**Task input:**
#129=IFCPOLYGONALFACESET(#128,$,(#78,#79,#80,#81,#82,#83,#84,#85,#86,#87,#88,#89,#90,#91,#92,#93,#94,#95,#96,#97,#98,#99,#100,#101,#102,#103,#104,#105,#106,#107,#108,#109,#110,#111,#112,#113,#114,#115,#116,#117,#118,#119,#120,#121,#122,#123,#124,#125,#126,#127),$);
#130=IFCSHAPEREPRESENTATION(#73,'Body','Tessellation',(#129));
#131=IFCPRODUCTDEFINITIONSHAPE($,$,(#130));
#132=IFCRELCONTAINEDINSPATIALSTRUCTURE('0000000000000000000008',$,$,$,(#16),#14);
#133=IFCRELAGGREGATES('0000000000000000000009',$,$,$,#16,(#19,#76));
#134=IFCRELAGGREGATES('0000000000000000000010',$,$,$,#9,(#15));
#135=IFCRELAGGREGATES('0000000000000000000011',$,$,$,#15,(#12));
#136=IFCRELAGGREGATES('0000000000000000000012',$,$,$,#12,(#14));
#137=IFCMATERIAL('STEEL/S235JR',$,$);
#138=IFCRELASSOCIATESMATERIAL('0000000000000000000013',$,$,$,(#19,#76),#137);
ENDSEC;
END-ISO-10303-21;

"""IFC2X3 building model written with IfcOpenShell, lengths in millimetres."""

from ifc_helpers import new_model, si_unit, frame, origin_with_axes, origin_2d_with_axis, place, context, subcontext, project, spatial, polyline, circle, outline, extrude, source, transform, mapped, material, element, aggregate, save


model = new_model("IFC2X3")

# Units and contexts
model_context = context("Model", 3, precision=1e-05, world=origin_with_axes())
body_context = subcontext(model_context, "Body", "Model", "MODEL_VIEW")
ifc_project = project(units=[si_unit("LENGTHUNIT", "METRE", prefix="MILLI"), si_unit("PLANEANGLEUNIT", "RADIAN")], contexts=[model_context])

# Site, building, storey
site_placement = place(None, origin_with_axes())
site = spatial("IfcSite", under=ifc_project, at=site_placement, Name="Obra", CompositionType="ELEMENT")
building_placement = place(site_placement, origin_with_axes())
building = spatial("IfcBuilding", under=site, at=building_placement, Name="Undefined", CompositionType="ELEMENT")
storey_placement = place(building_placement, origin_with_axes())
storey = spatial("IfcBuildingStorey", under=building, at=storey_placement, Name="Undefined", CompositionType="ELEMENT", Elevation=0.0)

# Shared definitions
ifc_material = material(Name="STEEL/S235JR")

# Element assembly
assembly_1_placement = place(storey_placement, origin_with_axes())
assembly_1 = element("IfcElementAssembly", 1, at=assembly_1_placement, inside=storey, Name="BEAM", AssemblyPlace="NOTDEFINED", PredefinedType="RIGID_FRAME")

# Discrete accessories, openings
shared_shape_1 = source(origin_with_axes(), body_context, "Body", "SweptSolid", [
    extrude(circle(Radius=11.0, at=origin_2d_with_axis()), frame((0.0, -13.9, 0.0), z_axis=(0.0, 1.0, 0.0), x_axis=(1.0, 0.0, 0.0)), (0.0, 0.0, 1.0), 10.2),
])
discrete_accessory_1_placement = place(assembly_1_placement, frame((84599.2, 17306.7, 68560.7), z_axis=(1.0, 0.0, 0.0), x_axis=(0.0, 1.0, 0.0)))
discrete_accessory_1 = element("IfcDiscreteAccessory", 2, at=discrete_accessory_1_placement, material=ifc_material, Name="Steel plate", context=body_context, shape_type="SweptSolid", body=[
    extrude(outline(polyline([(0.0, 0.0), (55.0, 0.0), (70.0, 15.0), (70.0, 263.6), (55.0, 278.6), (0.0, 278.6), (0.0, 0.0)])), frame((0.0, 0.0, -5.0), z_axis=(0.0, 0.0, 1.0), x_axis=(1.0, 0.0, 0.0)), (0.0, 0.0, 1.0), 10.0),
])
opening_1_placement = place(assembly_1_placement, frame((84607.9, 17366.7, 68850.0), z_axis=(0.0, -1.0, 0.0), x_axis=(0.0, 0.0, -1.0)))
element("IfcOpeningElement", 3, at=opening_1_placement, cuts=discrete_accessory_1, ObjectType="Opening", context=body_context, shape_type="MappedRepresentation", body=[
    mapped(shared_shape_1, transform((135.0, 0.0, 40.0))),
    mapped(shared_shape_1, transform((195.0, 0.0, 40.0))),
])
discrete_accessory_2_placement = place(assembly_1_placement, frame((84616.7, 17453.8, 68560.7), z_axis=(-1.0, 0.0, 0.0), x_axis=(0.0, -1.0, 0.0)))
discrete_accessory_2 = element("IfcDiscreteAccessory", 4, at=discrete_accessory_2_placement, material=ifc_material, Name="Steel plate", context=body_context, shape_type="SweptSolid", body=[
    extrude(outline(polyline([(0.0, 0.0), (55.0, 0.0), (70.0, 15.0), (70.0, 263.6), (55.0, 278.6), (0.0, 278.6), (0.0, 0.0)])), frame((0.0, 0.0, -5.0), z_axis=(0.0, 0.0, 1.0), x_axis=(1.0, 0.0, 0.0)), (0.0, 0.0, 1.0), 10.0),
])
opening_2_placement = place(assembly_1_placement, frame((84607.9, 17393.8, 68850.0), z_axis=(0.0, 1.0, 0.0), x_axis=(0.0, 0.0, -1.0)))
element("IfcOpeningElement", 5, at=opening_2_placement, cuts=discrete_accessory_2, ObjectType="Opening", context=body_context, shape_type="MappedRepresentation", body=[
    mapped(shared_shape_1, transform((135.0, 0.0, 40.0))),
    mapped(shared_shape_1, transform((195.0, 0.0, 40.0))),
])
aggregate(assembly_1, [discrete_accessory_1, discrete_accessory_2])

==

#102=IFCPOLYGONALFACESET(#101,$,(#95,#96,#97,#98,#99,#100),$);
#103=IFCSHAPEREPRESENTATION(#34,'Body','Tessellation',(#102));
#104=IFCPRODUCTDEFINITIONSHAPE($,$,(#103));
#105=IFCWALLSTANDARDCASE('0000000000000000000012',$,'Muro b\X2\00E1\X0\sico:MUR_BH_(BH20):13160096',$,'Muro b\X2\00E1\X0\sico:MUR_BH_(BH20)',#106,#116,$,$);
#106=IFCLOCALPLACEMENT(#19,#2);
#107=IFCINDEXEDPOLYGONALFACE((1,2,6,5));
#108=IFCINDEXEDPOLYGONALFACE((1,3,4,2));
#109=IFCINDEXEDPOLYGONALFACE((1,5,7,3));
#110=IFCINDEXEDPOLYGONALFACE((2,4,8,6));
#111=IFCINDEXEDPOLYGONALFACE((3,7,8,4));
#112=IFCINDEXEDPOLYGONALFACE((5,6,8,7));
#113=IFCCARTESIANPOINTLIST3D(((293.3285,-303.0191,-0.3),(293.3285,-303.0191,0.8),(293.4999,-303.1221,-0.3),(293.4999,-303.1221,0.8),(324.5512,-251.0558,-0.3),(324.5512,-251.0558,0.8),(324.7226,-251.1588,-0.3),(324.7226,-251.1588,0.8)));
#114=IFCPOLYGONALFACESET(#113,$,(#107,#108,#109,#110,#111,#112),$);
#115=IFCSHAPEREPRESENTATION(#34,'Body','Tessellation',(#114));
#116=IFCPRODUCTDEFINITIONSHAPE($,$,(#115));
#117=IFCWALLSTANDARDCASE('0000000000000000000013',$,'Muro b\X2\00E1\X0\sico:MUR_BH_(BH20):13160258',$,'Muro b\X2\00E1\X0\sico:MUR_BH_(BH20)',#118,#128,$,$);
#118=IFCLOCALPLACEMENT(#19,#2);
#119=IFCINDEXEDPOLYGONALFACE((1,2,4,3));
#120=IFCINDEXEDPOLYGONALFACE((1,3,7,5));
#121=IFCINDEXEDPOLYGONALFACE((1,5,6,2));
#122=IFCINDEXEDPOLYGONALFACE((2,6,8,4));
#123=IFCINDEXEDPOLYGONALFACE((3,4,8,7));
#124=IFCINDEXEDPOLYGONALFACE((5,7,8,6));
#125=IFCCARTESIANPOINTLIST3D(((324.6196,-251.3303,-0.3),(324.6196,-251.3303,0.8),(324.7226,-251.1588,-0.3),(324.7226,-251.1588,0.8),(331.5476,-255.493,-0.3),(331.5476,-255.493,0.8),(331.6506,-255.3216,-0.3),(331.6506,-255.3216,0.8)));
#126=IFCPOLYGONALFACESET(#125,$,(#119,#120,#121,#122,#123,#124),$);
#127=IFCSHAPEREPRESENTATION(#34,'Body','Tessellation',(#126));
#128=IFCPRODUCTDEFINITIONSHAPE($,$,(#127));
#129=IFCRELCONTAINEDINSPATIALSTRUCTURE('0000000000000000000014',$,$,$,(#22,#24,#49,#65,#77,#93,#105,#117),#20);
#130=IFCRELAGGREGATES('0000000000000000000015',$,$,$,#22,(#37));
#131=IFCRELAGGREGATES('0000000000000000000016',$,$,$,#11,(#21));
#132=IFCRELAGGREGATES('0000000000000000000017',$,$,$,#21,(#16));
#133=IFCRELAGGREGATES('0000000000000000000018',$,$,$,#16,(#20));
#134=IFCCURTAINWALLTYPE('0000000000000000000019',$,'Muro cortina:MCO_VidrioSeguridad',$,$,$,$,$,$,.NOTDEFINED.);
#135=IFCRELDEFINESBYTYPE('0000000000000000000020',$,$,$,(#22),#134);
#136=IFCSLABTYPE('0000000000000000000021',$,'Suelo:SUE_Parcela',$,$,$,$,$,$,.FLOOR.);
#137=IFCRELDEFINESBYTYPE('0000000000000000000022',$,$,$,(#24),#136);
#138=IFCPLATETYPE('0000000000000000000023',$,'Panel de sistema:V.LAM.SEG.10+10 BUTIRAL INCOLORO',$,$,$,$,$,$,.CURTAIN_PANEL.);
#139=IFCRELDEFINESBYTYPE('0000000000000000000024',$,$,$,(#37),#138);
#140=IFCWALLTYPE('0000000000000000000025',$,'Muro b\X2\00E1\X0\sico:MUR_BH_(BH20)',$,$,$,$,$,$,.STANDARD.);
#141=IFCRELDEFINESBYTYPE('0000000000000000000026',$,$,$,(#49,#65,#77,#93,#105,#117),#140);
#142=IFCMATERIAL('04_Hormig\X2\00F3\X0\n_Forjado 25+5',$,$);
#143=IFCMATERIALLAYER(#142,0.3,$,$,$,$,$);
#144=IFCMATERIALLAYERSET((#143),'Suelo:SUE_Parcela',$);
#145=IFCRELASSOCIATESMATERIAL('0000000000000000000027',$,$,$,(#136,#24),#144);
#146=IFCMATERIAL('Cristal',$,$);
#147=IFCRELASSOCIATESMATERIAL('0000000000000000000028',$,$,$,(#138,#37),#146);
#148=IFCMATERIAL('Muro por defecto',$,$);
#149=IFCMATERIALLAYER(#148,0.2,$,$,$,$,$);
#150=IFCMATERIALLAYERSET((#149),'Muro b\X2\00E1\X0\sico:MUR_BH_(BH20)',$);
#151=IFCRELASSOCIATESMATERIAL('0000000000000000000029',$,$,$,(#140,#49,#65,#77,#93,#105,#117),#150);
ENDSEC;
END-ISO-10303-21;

* * *

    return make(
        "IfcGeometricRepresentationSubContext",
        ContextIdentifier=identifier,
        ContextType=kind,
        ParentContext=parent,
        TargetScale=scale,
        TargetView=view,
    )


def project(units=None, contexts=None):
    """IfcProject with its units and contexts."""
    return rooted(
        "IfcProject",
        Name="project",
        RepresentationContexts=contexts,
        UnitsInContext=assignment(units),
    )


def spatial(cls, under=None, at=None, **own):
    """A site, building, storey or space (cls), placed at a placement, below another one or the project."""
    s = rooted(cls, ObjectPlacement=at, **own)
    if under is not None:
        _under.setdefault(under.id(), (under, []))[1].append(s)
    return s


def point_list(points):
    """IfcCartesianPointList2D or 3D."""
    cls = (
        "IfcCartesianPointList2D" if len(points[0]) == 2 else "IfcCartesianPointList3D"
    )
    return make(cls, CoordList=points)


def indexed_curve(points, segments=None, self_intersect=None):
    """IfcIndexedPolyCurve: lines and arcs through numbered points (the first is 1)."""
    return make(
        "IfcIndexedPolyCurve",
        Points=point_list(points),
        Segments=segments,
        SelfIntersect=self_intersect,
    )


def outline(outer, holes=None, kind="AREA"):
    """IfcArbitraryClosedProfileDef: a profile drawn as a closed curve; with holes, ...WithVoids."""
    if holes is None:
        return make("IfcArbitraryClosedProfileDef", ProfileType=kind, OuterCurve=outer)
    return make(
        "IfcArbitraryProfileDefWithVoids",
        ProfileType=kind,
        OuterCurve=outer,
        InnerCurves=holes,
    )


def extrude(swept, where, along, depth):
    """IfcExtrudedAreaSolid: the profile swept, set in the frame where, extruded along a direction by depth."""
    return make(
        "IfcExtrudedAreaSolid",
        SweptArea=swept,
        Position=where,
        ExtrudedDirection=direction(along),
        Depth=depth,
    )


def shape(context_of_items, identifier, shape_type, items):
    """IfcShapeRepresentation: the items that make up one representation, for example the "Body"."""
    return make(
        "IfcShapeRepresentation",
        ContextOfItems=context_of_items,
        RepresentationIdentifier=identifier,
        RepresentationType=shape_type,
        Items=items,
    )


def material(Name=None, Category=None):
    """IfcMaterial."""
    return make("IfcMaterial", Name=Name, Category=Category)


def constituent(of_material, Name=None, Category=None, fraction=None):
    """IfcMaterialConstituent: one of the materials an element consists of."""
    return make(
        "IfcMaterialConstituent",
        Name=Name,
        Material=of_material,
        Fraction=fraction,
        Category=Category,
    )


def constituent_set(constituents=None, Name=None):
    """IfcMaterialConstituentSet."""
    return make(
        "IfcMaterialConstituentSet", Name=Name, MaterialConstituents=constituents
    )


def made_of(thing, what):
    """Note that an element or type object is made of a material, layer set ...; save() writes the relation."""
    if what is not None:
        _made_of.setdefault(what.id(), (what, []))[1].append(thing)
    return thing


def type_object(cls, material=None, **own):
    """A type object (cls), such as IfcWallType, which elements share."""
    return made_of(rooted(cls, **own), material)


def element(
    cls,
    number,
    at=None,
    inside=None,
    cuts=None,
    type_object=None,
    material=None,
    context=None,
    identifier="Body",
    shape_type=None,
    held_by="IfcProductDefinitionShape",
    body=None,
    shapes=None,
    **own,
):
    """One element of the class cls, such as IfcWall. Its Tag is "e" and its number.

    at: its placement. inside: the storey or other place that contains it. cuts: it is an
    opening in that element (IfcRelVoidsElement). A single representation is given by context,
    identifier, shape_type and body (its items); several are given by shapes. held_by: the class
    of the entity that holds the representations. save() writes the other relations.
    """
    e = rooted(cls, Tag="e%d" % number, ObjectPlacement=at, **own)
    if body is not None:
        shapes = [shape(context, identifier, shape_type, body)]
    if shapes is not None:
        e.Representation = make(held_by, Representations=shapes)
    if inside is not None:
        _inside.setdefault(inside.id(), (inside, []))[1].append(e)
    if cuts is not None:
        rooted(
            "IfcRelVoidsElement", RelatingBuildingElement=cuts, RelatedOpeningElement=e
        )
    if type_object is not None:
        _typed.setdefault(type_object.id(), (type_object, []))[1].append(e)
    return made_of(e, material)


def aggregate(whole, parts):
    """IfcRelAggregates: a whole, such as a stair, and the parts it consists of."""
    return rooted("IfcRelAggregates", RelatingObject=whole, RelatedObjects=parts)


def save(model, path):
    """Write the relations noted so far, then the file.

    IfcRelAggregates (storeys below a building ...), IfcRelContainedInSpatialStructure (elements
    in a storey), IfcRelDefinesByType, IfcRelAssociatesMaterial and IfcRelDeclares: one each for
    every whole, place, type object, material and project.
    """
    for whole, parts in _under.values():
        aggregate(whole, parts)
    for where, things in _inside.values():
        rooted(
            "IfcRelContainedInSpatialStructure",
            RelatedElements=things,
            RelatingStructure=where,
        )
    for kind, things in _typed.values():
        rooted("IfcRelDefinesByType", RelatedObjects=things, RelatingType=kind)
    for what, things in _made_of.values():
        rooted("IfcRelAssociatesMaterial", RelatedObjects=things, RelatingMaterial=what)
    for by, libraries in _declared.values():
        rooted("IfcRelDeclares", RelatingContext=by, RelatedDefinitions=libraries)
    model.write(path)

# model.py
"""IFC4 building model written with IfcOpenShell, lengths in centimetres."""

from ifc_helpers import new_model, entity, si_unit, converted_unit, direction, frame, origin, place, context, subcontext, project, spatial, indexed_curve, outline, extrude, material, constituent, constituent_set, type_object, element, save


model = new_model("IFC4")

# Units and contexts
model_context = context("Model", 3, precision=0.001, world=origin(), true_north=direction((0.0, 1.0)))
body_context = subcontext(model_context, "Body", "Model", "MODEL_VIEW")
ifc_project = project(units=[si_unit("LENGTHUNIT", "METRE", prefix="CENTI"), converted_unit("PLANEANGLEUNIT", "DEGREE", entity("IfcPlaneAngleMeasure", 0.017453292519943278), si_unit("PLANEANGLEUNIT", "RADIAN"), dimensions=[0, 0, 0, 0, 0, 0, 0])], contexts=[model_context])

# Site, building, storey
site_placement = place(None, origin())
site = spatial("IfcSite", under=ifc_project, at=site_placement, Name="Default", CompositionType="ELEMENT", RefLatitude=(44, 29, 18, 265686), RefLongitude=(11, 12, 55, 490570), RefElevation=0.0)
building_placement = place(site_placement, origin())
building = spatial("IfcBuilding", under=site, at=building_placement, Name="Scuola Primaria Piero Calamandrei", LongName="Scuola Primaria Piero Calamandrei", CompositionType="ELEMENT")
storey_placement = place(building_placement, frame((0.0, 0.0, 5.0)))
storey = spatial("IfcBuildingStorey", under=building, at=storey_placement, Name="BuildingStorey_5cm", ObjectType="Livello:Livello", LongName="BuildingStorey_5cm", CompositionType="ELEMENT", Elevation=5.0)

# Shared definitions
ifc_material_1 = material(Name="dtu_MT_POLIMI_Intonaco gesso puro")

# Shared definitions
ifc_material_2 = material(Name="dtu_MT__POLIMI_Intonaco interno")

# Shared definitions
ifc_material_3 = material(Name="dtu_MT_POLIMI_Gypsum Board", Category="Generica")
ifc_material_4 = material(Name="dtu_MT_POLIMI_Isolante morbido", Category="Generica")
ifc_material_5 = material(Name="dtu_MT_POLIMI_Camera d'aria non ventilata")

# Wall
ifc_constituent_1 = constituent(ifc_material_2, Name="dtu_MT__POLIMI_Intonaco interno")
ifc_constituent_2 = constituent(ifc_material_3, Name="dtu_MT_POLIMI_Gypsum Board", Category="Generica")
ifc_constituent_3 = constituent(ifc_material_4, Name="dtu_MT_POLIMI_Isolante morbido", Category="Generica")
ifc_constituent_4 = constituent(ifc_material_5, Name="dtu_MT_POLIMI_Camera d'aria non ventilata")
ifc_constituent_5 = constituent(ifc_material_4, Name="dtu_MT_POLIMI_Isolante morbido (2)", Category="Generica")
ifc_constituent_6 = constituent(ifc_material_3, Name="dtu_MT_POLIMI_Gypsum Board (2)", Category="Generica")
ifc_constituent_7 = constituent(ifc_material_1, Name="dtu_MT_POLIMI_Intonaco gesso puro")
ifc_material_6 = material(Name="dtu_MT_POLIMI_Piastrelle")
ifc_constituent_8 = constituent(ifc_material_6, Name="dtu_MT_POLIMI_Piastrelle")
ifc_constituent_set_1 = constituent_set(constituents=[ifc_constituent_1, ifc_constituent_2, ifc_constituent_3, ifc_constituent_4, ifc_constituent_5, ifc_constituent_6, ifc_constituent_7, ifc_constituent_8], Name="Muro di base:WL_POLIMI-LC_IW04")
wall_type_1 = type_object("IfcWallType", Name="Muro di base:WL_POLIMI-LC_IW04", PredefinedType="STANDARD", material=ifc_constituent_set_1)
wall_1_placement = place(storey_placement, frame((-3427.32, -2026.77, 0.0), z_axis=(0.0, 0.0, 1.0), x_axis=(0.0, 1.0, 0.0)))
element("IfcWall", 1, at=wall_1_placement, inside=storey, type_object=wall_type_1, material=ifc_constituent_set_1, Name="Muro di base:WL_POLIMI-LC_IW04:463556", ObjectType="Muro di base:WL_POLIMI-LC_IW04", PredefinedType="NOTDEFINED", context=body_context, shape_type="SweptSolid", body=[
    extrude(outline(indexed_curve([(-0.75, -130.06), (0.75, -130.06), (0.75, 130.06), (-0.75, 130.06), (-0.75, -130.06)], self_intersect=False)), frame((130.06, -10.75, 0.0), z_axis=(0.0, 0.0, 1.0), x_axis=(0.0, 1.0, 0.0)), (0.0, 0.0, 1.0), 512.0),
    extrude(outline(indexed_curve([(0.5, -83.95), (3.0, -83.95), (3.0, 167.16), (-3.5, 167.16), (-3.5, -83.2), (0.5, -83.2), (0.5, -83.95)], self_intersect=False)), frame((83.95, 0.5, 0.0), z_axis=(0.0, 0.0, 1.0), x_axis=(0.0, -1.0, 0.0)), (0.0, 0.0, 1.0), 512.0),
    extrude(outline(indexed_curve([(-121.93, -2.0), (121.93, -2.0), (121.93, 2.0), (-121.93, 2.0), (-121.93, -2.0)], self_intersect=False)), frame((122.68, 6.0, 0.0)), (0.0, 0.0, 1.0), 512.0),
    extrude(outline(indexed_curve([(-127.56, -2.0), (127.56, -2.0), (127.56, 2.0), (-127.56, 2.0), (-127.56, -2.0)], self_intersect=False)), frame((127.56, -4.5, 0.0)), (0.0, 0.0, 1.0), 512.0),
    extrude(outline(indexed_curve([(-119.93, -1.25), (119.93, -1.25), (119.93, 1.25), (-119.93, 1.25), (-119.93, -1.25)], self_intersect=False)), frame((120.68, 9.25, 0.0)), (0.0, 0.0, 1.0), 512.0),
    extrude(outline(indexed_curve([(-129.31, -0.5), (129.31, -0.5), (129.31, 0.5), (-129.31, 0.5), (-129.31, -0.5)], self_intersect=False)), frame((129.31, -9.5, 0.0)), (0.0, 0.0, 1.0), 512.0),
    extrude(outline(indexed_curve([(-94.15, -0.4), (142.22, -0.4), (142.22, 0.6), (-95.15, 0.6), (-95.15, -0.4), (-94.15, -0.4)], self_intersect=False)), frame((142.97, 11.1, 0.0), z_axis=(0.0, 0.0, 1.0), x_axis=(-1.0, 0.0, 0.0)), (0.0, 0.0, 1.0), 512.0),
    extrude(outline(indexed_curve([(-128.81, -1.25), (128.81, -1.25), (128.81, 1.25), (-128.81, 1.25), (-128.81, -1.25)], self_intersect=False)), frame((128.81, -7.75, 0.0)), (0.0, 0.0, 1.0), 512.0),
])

**Your instructions:** How many of the lines above hold the word "IfcArbitraryClosedProfileDef"? Answer with only the number.

**Output of the exercise:** 2